(PROVIDED DATA Opens)
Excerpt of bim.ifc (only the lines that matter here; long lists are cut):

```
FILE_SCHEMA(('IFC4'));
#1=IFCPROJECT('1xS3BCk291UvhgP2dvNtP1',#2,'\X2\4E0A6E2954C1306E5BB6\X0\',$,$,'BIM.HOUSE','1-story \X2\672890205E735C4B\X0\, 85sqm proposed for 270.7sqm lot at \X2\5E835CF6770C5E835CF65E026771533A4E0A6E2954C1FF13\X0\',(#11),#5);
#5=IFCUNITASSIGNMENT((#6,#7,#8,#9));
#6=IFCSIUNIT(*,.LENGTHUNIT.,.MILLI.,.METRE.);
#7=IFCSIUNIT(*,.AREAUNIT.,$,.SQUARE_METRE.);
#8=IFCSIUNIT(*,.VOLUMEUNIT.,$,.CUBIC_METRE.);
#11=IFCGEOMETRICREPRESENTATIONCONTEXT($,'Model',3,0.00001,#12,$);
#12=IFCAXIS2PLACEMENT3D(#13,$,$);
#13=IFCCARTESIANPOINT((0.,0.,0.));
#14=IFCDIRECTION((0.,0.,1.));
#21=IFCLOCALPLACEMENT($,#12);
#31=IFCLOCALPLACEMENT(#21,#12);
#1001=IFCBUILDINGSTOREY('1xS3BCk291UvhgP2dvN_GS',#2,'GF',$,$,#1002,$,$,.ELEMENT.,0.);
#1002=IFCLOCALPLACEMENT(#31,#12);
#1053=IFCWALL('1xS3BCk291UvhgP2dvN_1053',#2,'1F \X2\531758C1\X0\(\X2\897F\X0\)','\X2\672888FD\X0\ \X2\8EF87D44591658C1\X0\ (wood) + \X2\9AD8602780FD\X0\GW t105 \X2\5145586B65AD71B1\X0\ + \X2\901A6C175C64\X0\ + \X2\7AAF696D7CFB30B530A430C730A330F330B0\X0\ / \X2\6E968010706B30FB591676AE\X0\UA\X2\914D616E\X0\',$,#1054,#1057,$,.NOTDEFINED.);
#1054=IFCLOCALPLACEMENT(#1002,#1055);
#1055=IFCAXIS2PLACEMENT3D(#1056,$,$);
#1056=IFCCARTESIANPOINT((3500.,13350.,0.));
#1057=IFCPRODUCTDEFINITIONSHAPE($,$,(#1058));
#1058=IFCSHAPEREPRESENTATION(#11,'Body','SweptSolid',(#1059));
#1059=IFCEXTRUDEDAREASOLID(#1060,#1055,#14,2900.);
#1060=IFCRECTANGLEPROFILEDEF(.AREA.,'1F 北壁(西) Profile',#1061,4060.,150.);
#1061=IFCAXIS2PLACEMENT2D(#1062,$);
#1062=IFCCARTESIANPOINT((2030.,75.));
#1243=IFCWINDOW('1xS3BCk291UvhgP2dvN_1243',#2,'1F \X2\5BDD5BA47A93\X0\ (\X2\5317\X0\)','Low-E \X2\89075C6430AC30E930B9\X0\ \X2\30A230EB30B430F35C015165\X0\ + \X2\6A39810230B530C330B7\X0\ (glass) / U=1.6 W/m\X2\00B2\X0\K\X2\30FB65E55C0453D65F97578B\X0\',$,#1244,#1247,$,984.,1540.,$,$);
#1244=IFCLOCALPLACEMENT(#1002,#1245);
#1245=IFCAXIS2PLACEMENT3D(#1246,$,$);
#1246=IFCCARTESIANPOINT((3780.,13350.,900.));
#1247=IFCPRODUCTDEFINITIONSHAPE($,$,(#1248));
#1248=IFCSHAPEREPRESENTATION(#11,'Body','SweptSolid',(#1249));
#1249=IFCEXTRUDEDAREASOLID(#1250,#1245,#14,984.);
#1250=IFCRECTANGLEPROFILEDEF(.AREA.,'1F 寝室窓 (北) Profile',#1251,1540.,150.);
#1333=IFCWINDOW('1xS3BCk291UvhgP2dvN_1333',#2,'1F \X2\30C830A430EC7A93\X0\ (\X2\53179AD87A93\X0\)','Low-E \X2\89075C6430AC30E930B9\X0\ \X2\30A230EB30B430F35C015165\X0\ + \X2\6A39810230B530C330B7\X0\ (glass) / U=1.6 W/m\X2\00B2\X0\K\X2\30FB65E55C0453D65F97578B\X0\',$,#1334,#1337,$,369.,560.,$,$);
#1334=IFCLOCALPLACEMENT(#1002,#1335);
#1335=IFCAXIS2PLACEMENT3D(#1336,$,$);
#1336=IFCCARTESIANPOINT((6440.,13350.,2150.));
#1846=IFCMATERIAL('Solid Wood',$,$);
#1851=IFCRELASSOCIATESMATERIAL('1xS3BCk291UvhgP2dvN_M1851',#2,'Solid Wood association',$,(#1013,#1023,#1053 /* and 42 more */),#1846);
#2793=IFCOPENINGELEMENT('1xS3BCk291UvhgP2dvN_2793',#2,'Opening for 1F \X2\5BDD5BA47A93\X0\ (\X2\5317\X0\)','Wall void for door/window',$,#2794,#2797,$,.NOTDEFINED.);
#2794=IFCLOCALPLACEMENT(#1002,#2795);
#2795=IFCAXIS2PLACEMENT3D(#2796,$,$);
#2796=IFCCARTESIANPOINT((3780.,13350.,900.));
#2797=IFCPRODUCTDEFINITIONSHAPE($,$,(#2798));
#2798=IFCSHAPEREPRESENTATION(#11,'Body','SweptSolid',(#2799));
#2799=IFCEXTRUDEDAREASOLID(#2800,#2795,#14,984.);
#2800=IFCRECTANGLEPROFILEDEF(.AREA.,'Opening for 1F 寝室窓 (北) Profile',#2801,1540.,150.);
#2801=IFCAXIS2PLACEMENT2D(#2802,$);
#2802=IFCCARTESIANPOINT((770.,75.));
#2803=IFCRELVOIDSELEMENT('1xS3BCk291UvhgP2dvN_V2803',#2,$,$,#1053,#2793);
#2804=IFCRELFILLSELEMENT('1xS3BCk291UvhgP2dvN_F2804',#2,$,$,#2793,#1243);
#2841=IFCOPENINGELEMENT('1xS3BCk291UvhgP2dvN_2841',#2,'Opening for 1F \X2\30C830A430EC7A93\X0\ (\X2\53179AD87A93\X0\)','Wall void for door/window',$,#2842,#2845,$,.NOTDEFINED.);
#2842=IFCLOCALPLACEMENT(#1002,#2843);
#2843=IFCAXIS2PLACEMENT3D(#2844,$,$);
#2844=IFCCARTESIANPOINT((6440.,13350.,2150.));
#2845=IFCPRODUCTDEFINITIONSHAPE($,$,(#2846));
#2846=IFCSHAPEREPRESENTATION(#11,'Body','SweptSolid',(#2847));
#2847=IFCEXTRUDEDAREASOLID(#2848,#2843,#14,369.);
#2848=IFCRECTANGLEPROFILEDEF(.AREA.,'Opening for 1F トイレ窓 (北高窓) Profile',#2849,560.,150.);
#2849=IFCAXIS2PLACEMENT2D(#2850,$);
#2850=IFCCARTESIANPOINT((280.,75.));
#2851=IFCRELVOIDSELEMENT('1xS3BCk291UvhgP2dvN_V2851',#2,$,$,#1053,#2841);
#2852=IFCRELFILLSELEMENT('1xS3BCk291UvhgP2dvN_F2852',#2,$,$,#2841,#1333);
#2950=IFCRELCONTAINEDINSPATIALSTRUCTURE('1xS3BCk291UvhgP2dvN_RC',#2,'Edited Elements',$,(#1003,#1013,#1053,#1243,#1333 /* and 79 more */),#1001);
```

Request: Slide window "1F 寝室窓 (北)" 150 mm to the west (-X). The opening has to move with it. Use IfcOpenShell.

```python
import ifcopenshell
import ifcopenshell.api.geometry
import ifcopenshell.util.placement
import ifcopenshell.util.unit

model = ifcopenshell.open("bim.ifc")
unit_scale = ifcopenshell.util.unit.calculate_unit_scale(model)

window = model.by_id(1243)
opening = window.FillsVoids[0].RelatingOpeningElement
wall = opening.VoidsElements[0].RelatingBuildingElement

wall_matrix = ifcopenshell.util.placement.get_local_placement(wall.ObjectPlacement)
shift = wall_matrix[:3, 0] * -0.15 / unit_scale
before = ifcopenshell.util.placement.get_local_placement(window.ObjectPlacement)[:3, 3].copy()

# The window is not placed relative to its opening, so move both.
for product in (opening, window):
    matrix = ifcopenshell.util.placement.get_local_placement(product.ObjectPlacement)
    matrix[:3, 3] += shift
    ifcopenshell.api.geometry.edit_object_placement(model, product=product, matrix=matrix, is_si=False)

after = ifcopenshell.util.placement.get_local_placement(window.ObjectPlacement)[:3, 3]
print("window moved by", (after - before).round(3) + 0.0)

model.write("bim_rev.ifc")
```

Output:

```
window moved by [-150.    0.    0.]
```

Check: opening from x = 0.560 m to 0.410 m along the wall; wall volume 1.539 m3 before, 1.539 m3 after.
(PROVIDED DATA Closes)
**DESCRIPTION OF THE TASK**
Where a line of the records above holds the word "more", copy that line.

**YOUR SOLUTION**
#1851=IFCRELASSOCIATESMATERIAL('1xS3BCk291UvhgP2dvN_M1851',#2,'Solid Wood association',$,(#1013,#1023,#1053 /* and 42 more */),#1846);
#2950=IFCRELCONTAINEDINSPATIALSTRUCTURE('1xS3BCk291UvhgP2dvN_RC',#2,'Edited Elements',$,(#1003,#1013,#1053,#1243,#1333 /* and 79 more */),#1001);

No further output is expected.